Взгляд на часы напомнил ему, что скоро откроется биржа. У них оставалось всего несколько минут. Он еще многое хотел разузнать у Тамкина. Он отметил погрешности в его речи, но ученый человек не обязан ведь быть грамотеем. Теория двух душ потрясала. В Томми он распознал притворную душу. Да и Уилки не совсем ему соответствует. Может, имя его истинной души то, каким называл его дедушка, — Велвел? Но имя души и есть душа. Какая она с виду? Похожа моя душа на меня? Есть такая душа, которая выглядит, как папа? Как Тамкин? Откуда истинная душа черпает свою силу? Откуда это известие, что она любит истину? Вильгельм терзался, но старался отвлечься от этих мук. Он втайне молился, чтоб доктор дал ему ценный совет, помог изменить жизнь.
— Да-да, я вас понял, — сказал он. — Не зря вы старались.
— Я разве говорю, что вы неумный? Просто вы не изучали вопроса. Вы, по существу, глубокая личность с богатой творческой потенцией, но с расстройствами. Вы меня заинтересовали, я вас потихоньку лечу.

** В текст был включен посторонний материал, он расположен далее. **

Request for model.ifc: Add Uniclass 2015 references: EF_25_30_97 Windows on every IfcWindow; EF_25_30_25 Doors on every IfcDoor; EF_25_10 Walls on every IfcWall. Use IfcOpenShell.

First a look at what the model holds.

```python
import ifcopenshell

model = ifcopenshell.open("model.ifc")
print(model.schema)
print("classifications:", [c.Name for c in model.by_type("IfcClassification")])
for ifc_class in ("IfcDoor", "IfcRoof", "IfcStair", "IfcWall", "IfcWindow"):
    print(ifc_class, len(model.by_type(ifc_class)))
```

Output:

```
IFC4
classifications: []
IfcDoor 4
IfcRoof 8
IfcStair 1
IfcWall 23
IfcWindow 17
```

```python
import ifcopenshell
import ifcopenshell.api.classification

model = ifcopenshell.open("model.ifc")

system = ifcopenshell.api.classification.add_classification(model, classification="Uniclass 2015")

codes = {
    "IfcWindow": ("EF_25_30_97", "Windows"),
    "IfcDoor": ("EF_25_30_25", "Doors"),
    "IfcWall": ("EF_25_10", "Walls"),
}
for ifc_class, (code, name) in codes.items():
    products = model.by_type(ifc_class)
    ifcopenshell.api.classification.add_reference(
        model, products=products, classification=system, identification=code, name=name
    )
    print(code, len(products))

model.write("model-out.ifc")
```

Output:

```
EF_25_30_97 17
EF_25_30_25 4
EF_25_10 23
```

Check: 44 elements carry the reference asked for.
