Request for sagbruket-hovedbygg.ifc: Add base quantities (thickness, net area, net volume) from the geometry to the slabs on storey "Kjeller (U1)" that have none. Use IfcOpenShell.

First a look at what the model holds.

```python
import ifcopenshell
import ifcopenshell.util.element
import ifcopenshell.util.unit

model = ifcopenshell.open("sagbruket-hovedbygg.ifc")
print(model.schema)
for unit_type in ("LENGTHUNIT", "AREAUNIT", "VOLUMEUNIT"):
    print(unit_type, ifcopenshell.util.unit.calculate_unit_scale(model, unit_type))
storey = next(s for s in model.by_type("IfcBuildingStorey") if s.Name == "Kjeller (U1)")
slabs = [e for e in ifcopenshell.util.element.get_decomposition(storey) if e.is_a("IfcSlab")]
for e in sorted(slabs, key=lambda e: e.id()):
    print(e.id(), e.is_a(), e.Name, list(ifcopenshell.util.element.get_psets(e, qtos_only=True)), sep=" | ")
```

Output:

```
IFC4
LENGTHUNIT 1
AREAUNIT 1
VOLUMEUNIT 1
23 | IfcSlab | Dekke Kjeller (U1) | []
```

```python
import ifcopenshell
import ifcopenshell.api.pset
import ifcopenshell.geom
import ifcopenshell.util.element
import ifcopenshell.util.shape
import ifcopenshell.util.unit

model = ifcopenshell.open("sagbruket-hovedbygg.ifc")
unit_scale = ifcopenshell.util.unit.calculate_unit_scale(model)
area_scale = ifcopenshell.util.unit.calculate_unit_scale(model, "AREAUNIT")
volume_scale = ifcopenshell.util.unit.calculate_unit_scale(model, "VOLUMEUNIT")
settings = ifcopenshell.geom.settings()

storey = next(s for s in model.by_type("IfcBuildingStorey") if s.Name == "Kjeller (U1)")
slabs = [e for e in ifcopenshell.util.element.get_decomposition(storey) if e.is_a("IfcSlab")]

for e in sorted(slabs, key=lambda e: e.id()):
    if ifcopenshell.util.element.get_psets(e, qtos_only=True, should_inherit=False):
        continue
    # Geometry comes back in metres, in the element's own axes.
    shape = ifcopenshell.geom.create_shape(settings, e)
    values = {
        "Width": ifcopenshell.util.shape.get_z(shape.geometry) / unit_scale,
        "NetArea": ifcopenshell.util.shape.get_footprint_area(shape.geometry) / area_scale,
        "NetVolume": ifcopenshell.util.shape.get_volume(shape.geometry) / volume_scale,
    }
    qto = ifcopenshell.api.pset.add_qto(model, product=e, name="Qto_SlabBaseQuantities")
    ifcopenshell.api.pset.edit_qto(model, qto=qto, properties=values)
    print(e.id(), {k: round(v, 3) for k, v in values.items()})

model.write("sagbruket-hovedbygg-out.ifc")
```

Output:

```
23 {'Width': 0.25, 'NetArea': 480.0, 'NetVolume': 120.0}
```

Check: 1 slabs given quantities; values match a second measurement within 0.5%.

— Без моего ведома? А я и не замечаю? Как же так? А может, я не хочу, чтоб меня лечили без моего ведома. Даже не знаю. Да в чем дело, вы что — ненормальным меня считаете?

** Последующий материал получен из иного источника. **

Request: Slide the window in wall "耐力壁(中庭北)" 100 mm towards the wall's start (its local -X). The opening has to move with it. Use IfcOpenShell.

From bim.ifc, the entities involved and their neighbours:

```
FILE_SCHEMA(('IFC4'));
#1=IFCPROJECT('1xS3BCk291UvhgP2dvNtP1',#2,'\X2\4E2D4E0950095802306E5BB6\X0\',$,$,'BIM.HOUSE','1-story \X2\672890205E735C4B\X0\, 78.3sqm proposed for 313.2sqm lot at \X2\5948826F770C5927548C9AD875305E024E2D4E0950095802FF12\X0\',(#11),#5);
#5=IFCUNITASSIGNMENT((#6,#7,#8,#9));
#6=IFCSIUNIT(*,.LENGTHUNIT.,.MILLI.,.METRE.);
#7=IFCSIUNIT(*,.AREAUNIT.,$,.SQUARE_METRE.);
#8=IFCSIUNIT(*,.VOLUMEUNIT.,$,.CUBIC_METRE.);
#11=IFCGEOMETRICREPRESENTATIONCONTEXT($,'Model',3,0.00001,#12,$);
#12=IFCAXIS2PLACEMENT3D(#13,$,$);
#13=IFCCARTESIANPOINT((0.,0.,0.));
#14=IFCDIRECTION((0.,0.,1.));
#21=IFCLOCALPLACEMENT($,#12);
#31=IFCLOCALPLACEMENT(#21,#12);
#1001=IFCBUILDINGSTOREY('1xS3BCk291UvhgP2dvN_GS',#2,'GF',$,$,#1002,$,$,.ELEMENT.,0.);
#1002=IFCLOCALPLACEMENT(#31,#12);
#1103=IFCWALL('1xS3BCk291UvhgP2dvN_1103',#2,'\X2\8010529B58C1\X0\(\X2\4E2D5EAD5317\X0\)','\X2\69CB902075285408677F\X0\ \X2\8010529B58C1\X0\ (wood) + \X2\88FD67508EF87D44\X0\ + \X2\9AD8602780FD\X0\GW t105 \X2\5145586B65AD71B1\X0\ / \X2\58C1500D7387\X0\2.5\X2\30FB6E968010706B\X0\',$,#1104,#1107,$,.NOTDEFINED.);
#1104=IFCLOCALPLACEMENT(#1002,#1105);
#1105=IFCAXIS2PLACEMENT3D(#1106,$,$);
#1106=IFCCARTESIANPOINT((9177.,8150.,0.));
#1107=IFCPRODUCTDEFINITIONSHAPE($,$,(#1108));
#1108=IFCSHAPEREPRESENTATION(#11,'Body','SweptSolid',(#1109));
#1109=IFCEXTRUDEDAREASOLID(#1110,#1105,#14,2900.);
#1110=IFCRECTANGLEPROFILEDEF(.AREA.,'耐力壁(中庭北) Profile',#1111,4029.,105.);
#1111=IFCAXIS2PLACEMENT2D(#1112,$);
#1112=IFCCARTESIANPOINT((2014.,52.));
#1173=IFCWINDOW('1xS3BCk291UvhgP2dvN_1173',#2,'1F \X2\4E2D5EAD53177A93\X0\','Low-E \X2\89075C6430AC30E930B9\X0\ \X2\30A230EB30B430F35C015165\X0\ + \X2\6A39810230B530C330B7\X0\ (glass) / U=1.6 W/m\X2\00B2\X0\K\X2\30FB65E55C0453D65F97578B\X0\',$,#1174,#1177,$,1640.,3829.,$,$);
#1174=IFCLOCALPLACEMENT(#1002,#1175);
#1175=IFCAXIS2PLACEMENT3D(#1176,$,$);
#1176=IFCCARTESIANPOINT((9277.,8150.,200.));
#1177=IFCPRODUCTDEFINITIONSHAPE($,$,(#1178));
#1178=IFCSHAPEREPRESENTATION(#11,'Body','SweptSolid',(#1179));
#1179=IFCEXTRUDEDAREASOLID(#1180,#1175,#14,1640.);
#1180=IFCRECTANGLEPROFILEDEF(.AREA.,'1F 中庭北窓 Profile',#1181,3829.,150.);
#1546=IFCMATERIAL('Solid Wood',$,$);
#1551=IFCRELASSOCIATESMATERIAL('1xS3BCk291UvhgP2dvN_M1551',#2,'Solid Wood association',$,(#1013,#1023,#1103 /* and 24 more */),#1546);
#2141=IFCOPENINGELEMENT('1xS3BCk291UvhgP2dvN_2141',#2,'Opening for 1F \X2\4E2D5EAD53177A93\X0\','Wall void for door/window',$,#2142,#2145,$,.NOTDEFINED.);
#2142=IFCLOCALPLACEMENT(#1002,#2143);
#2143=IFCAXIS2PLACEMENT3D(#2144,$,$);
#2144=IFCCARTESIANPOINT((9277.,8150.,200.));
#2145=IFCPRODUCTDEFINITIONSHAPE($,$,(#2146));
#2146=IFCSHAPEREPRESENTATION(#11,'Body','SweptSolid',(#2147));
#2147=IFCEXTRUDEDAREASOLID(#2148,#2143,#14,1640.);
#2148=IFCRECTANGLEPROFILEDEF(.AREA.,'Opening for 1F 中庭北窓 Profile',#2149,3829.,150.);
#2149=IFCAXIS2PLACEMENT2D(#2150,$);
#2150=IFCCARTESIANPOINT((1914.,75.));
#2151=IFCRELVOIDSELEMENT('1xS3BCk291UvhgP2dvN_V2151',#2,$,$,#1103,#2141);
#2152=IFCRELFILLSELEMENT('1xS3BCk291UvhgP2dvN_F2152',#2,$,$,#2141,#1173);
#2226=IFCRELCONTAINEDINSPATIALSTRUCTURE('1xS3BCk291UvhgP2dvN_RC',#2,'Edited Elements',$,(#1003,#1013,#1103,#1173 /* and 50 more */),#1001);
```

```python
import ifcopenshell
import ifcopenshell.api.geometry
import ifcopenshell.util.placement
import ifcopenshell.util.unit

model = ifcopenshell.open("bim.ifc")
unit_scale = ifcopenshell.util.unit.calculate_unit_scale(model)

window = model.by_guid("1xS3BCk291UvhgP2dvN_1173")
opening = window.FillsVoids[0].RelatingOpeningElement
wall = opening.VoidsElements[0].RelatingBuildingElement

wall_matrix = ifcopenshell.util.placement.get_local_placement(wall.ObjectPlacement)
shift = wall_matrix[:3, 0] * -0.1 / unit_scale
before = ifcopenshell.util.placement.get_local_placement(window.ObjectPlacement)[:3, 3].copy()

# The window is not placed relative to its opening, so move both.
for product in (opening, window):
    matrix = ifcopenshell.util.placement.get_local_placement(product.ObjectPlacement)
    matrix[:3, 3] += shift
    ifcopenshell.api.geometry.edit_object_placement(model, product=product, matrix=matrix, is_si=False)

after = ifcopenshell.util.placement.get_local_placement(window.ObjectPlacement)[:3, 3]
print("window moved by", (after - before).round(3) + 0.0)

model.write("bim_updated.ifc")
```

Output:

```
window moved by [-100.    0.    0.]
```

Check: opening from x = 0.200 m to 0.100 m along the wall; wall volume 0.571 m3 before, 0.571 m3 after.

И действительно, он не знал, что и думать. Приятно, что доктор в нем принимает участие. Вот чего ему не хватало — заботы, участия. Доброта, милосердие — почему же? Но — и он повел могучими плечами на свой особый манер: руки втянулись в рукава, ноги нервно заерзали под столом — в то же время и неприятно и даже злит. С какой стати Тамкин лезет к нему без спроса? Скажите пожалуйста, избранник судьбы. Берет у людей деньги, чтоб ими манипулировать. Всех-то он пользует. Ничто от него не утаится.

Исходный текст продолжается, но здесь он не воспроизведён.